Evaluating Interactive Data Systems: Workloads, Metrics, and Guidelines

Lilong Jiang, Protiva Rahman, Arnab Nandi

Tutorial presented at SIGMOD 2018 [pdf link]
Extended journal paper published in VLDB Journal 2020 [pdf link]

Citation

@inproceedings{jiang2018evaluating,
  title={Evaluating Interactive Data Systems: Workloads, Metrics, and Guidelines},
  author={Jiang, Lilong and Rahman, Protiva and Nandi, Arnab},
  booktitle={Proceedings of the 2018 International Conference on Management of Data},
  pages={1637--1644},
  year={2018},
  organization={ACM}
}

Abstract

Highly interactive query interfaces have become a popular tool for ad-hoc data analysis and exploration. Compared with traditional systems that are optimized for throughput or batched performance, ad-hoc exploration systems focus more on user-centric interactivity, which poses a new class of performance challenges to the backend. Further, with the advent of new interaction devices (e.g., touch, gesture) and different query interface paradigms (e.g., sliders, maps), maintaining interactive performance becomes even more challenging. Thus, when building and evaluating interactive data systems, there is a clear need to articulate the evaluation space.

In this paper, we describe unique characteristics of interactive workloads for a variety of user input devices and query interfaces. Based on a survey of literature in data interaction, we catalog popular metrics for evaluating such systems, highlight their deficiencies, and propose complementary metrics that allow us to provide a complete picture of interactivity. We motivate the need for behavior-driven optimizations of these interfaces and demonstrate how to analyze and employ user behavior for system enhancements through three scenarios that cover multiple device and interface combinations. Our case studies can inspire guidelines to help system designers design better interactive data systems, and can serve as a benchmark for evaluating systems that use these interfaces.

Challenges in Evaluating Interactive Systems

There are two aspects to evaluating interactive systems: Performance and Usability.

System Factors

From a performance standpoint, interactive data infrastructures have higher requirements than traditional databases since these interfaces generate heavier workloads and there is a human waiting for immediate results on the other side.

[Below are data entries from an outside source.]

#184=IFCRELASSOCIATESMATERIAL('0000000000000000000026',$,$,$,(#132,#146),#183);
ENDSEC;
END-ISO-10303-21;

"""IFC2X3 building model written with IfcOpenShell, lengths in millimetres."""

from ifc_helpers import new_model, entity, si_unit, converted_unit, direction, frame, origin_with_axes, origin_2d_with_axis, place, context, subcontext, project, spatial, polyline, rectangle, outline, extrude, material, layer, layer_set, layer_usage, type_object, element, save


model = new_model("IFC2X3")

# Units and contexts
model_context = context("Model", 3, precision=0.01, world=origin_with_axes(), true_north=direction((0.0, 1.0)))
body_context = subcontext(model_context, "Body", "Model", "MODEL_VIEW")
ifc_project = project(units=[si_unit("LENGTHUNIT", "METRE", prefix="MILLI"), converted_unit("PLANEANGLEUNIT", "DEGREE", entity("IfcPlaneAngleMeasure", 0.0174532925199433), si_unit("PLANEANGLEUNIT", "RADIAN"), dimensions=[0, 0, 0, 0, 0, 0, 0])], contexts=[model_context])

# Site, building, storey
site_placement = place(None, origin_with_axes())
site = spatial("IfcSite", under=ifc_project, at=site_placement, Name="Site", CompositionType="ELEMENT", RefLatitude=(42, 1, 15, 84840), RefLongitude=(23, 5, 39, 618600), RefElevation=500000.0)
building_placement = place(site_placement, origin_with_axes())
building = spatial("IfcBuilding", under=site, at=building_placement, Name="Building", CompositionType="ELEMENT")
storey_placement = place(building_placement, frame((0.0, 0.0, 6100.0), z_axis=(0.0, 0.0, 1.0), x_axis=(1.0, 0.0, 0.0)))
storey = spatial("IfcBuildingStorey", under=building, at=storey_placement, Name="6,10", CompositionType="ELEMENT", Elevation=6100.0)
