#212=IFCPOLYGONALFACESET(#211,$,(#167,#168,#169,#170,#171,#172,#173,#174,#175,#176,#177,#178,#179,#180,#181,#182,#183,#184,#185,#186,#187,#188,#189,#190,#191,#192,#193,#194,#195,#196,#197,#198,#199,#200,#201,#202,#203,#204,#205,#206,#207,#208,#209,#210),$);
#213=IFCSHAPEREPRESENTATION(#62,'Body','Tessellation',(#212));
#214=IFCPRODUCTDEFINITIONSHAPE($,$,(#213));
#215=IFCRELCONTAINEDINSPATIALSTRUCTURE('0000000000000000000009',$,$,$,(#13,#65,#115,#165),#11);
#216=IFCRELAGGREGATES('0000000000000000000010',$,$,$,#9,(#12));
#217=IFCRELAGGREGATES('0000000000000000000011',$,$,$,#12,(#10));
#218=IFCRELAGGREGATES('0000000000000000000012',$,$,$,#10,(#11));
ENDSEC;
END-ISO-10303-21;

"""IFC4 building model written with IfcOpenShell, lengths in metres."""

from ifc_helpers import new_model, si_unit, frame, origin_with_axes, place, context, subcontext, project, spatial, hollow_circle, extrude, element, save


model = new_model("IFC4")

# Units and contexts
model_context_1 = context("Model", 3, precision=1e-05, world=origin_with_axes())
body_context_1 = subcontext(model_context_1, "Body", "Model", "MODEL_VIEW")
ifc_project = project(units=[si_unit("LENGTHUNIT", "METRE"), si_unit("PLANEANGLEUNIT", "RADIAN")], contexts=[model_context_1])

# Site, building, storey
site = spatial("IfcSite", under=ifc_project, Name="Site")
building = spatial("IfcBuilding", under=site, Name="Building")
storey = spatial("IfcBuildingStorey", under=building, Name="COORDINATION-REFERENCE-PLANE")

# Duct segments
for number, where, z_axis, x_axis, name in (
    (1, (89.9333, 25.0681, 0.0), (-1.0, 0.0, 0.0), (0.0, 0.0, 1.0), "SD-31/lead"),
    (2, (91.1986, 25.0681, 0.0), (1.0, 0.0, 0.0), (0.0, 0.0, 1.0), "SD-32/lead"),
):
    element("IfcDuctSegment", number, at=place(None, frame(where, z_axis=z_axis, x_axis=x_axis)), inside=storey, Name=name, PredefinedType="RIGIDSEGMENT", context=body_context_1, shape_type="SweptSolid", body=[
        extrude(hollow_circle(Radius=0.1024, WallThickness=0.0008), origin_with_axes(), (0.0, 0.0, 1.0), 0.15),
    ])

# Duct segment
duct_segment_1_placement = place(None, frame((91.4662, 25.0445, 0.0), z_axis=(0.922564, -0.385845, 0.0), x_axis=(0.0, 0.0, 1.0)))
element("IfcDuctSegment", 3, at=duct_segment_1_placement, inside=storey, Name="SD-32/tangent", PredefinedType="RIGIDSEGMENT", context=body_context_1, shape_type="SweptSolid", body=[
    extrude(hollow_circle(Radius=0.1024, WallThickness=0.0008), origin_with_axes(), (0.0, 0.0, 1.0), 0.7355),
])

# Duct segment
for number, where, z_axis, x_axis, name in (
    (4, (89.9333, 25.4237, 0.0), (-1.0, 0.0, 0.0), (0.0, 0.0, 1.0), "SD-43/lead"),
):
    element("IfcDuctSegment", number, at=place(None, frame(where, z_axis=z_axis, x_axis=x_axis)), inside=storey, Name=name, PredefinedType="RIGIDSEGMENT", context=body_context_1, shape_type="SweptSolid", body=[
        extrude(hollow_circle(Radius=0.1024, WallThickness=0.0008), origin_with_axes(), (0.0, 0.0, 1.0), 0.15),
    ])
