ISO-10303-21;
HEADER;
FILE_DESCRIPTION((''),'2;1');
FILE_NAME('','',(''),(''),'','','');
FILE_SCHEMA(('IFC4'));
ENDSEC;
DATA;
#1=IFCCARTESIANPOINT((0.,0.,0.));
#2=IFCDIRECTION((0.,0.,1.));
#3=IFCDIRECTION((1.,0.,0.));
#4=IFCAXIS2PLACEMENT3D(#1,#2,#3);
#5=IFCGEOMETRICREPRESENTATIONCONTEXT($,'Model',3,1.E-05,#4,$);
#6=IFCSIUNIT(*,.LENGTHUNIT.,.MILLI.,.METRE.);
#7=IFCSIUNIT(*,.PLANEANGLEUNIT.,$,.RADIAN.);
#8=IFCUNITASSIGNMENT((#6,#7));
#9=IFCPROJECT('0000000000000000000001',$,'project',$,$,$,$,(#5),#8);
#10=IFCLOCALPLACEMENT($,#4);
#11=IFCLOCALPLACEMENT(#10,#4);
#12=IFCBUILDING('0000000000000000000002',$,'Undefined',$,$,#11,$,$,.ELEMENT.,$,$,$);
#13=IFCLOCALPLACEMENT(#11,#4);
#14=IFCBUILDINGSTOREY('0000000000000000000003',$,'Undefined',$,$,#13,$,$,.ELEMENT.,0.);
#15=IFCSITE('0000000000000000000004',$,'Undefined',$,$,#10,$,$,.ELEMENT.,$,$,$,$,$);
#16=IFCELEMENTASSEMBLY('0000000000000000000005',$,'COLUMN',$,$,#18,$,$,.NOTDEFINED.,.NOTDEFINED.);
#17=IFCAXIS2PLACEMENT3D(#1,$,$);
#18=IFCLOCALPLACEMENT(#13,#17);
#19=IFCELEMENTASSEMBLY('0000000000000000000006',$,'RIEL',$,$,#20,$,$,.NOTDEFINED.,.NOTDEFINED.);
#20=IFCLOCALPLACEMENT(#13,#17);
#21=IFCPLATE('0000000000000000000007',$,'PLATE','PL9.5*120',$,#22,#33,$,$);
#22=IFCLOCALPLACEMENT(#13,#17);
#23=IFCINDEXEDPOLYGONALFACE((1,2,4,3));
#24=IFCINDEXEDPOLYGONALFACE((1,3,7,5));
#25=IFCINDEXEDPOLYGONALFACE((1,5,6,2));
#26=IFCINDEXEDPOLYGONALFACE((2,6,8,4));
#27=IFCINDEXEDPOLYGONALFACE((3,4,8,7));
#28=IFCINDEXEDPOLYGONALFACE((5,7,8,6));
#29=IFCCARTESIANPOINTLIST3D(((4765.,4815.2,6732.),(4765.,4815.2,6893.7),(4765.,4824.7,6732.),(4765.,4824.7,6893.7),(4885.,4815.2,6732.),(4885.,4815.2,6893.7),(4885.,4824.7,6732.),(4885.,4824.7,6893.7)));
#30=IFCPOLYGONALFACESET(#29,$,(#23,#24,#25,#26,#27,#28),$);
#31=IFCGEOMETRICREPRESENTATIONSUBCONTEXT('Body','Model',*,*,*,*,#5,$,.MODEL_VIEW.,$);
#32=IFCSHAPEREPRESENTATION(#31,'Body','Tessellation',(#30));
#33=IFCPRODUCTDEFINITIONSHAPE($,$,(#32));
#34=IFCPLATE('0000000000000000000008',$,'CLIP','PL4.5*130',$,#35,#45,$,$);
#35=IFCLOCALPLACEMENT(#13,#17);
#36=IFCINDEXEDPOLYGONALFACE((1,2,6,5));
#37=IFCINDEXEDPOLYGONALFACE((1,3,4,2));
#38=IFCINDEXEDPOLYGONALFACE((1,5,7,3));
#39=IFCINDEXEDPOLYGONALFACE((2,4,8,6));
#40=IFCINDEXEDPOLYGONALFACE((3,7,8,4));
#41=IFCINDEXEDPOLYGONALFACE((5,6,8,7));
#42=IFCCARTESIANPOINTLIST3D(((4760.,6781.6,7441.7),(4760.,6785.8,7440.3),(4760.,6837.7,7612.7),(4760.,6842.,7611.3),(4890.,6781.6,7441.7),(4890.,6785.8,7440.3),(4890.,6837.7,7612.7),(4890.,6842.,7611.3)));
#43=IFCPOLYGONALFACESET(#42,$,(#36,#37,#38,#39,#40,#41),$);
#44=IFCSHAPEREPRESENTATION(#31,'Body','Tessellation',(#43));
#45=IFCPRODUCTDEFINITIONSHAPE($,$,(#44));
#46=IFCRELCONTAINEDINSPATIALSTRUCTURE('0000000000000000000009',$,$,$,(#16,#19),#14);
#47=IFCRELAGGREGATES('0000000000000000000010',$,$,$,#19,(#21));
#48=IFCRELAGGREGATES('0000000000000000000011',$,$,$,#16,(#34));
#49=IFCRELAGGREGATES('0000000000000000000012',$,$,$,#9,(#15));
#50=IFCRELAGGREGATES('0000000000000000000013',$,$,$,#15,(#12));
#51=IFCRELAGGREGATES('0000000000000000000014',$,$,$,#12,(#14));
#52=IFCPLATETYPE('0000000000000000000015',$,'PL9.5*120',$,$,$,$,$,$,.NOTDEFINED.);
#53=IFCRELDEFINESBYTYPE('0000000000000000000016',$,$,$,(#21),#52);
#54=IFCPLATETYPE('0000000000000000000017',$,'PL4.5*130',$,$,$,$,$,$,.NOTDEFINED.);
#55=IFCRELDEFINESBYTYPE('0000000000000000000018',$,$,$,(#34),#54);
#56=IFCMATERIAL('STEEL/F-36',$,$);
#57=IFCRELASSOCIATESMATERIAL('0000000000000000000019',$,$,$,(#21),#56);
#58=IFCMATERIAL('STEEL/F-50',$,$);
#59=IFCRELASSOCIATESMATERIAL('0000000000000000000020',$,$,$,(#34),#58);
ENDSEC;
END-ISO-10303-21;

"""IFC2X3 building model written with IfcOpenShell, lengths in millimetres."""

from ifc_helpers import new_model, si_unit, frame, origin_with_axes, place, context, subcontext, project, spatial, polyline, outline, extrude, material, type_object, element, aggregate, save


model = new_model("IFC2X3")

# Units and contexts
model_context = context("Model", 3, precision=1e-05, world=origin_with_axes())
body_context = subcontext(model_context, "Body", "Model", "MODEL_VIEW")
ifc_project = project(units=[si_unit("LENGTHUNIT", "METRE", prefix="MILLI"), si_unit("PLANEANGLEUNIT", "RADIAN")], contexts=[model_context])

# Site, building, storey
site_placement = place(None, origin_with_axes())
site = spatial("IfcSite", under=ifc_project, at=site_placement, Name="Undefined", CompositionType="ELEMENT")
building_placement = place(site_placement, origin_with_axes())
building = spatial("IfcBuilding", under=site, at=building_placement, Name="Undefined", CompositionType="ELEMENT")
storey_placement = place(building_placement, origin_with_axes())
storey = spatial("IfcBuildingStorey", under=building, at=storey_placement, Name="Undefined", CompositionType="ELEMENT", Elevation=0.0)

# Shared definitions
ifc_material_1 = material(Name="STEEL/F-36")

# Element assembly
assembly_1_placement = place(storey_placement, origin_with_axes())
assembly_1 = element("IfcElementAssembly", 1, at=assembly_1_placement, inside=storey, Name="COLUMN", AssemblyPlace="NOTDEFINED", PredefinedType="NOTDEFINED")

# Shared definitions
ifc_material_2 = material(Name="STEEL/F-50")
plate_type_1 = type_object("IfcPlateType", Name="PL9.5*120", PredefinedType="NOTDEFINED")

# Element assembly, plate
assembly_2_placement = place(storey_placement, origin_with_axes())
assembly_2 = element("IfcElementAssembly", 2, at=assembly_2_placement, inside=storey, Name="RIEL", AssemblyPlace="NOTDEFINED", PredefinedType="NOTDEFINED")
plate_1_placement = place(assembly_2_placement, frame((4885.0, 4820.0, 6732.0), z_axis=(0.0, 1.0, 0.0), x_axis=(-1.0, 0.0, 0.0)))
plate_1 = element("IfcPlate", 3, at=plate_1_placement, type_object=plate_type_1, material=ifc_material_1, Name="PLATE", Description="PL9.5*120", context=body_context, shape_type="SweptSolid", body=[
    extrude(outline(polyline([(0.0, 0.0), (120.0, 0.0), (120.0, 161.7), (0.0, 161.7), (0.0, 0.0)])), frame((0.0, 0.0, -4.8), z_axis=(0.0, 0.0, 1.0), x_axis=(1.0, 0.0, 0.0)), (0.0, 0.0, 1.0), 9.5),
])
aggregate(assembly_2, [plate_1])

# Plate
plate_type_2 = type_object("IfcPlateType", Name="PL4.5*130", PredefinedType="NOTDEFINED")
plate_2_placement = place(assembly_1_placement, frame((4890.0, 6839.8, 7612.0), z_axis=(0.0, 0.950157, -0.311771), x_axis=(0.0, -0.311771, -0.950157)))
plate_2 = element("IfcPlate", 4, at=plate_2_placement, type_object=plate_type_2, material=ifc_material_2, Name="CLIP", Description="PL4.5*130", context=body_context, shape_type="SweptSolid", body=[
    extrude(outline(polyline([(0.0, 0.0), (180.0, 0.0), (180.0, 130.0), (0.0, 130.0), (0.0, 0.0)])), frame((0.0, 0.0, -2.2), z_axis=(0.0, 0.0, 1.0), x_axis=(1.0, 0.0, 0.0)), (0.0, 0.0, 1.0), 4.5),
])

aggregate(assembly_1, [plate_2])

save(model, "model.ifc")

Device Interface Variety: Each device-interface combination generates a different type of workload. For example, manipulating a map changes two predicates in a where clause: latitude and longitude. The workload generated by a range slider is much heavier than one generated by a text query interface, since typing takes more time than sliding. Further, querying on mouse and keyboard is more precise as opposed to querying with gestures which unnecessarily leads to heavier workloads due to jitter. The uniqueness of workload generated by each interface and the variety of interfaces make it difficult to create a standard set of benchmarks and optimizations.
Strict Latency Constraints: Compared to traditional databases which perform overnight batch processing, interactive systems have a human-in-the-loop who is iteratively querying and requires immediate feedback. This imposes strict latency constraints since a delay of more than just 100ms in displaying results can hinder the user's productivity.
Ambiguous Query Intent : The lack of haptic feedback and the sensor's ability to detect minor hand movements introduces imprecision into the querying process. This leads to the generation of unintended, noisy, and repeated queries being sent to the backend. In designing workloads, we need to account for the system's ability to deal with such unintended queries.
Dependent Queries : In interactive systems, adjacent queries, i.e. those issued in adjacent timestamps, are generated when the user performs continuous gestures. These queries usually return related or similar results since there is usually only a difference of one condition (e.g., where clause predicate) between them. This dependence can be used for performance optimizations.

Human Factors

The human-centric nature also means these systems require usability testing, to ensure the user is able to accomplish the desired tasks without being overwhelmed. The HCI community has a depth of literature on factors to consider when conducting usability tests, which include the following.

Learning: In a within-subject study, each user has to complete the same task on the system being tested as well as on the control. This leads to the user doing slightly better on the second system, due to being familiar with the task. In order to combat this, designers need to randomize the order in which the user is exposed to the system.
Fatigue: Long tasks can lead to users performing poorly towards the end, due to fatigue. Hence, tasks need to be broken into small chunks, with adequate breaks in between.
Carry-over effects: In within-subject studies, this refers to the user's performance on the second task being affected due to completing the first task. This differs from learning in that their performance in the second task could diminish. For example, if both the control and the experimental system are new to the user, they may perform poorly on the second by confusing functionalities with the first. Randomization can help account for this. However, if the effects are asymmetric, i.e. one user shows improvement while the other one shows deterioration, it makes it hard to draw conclusions.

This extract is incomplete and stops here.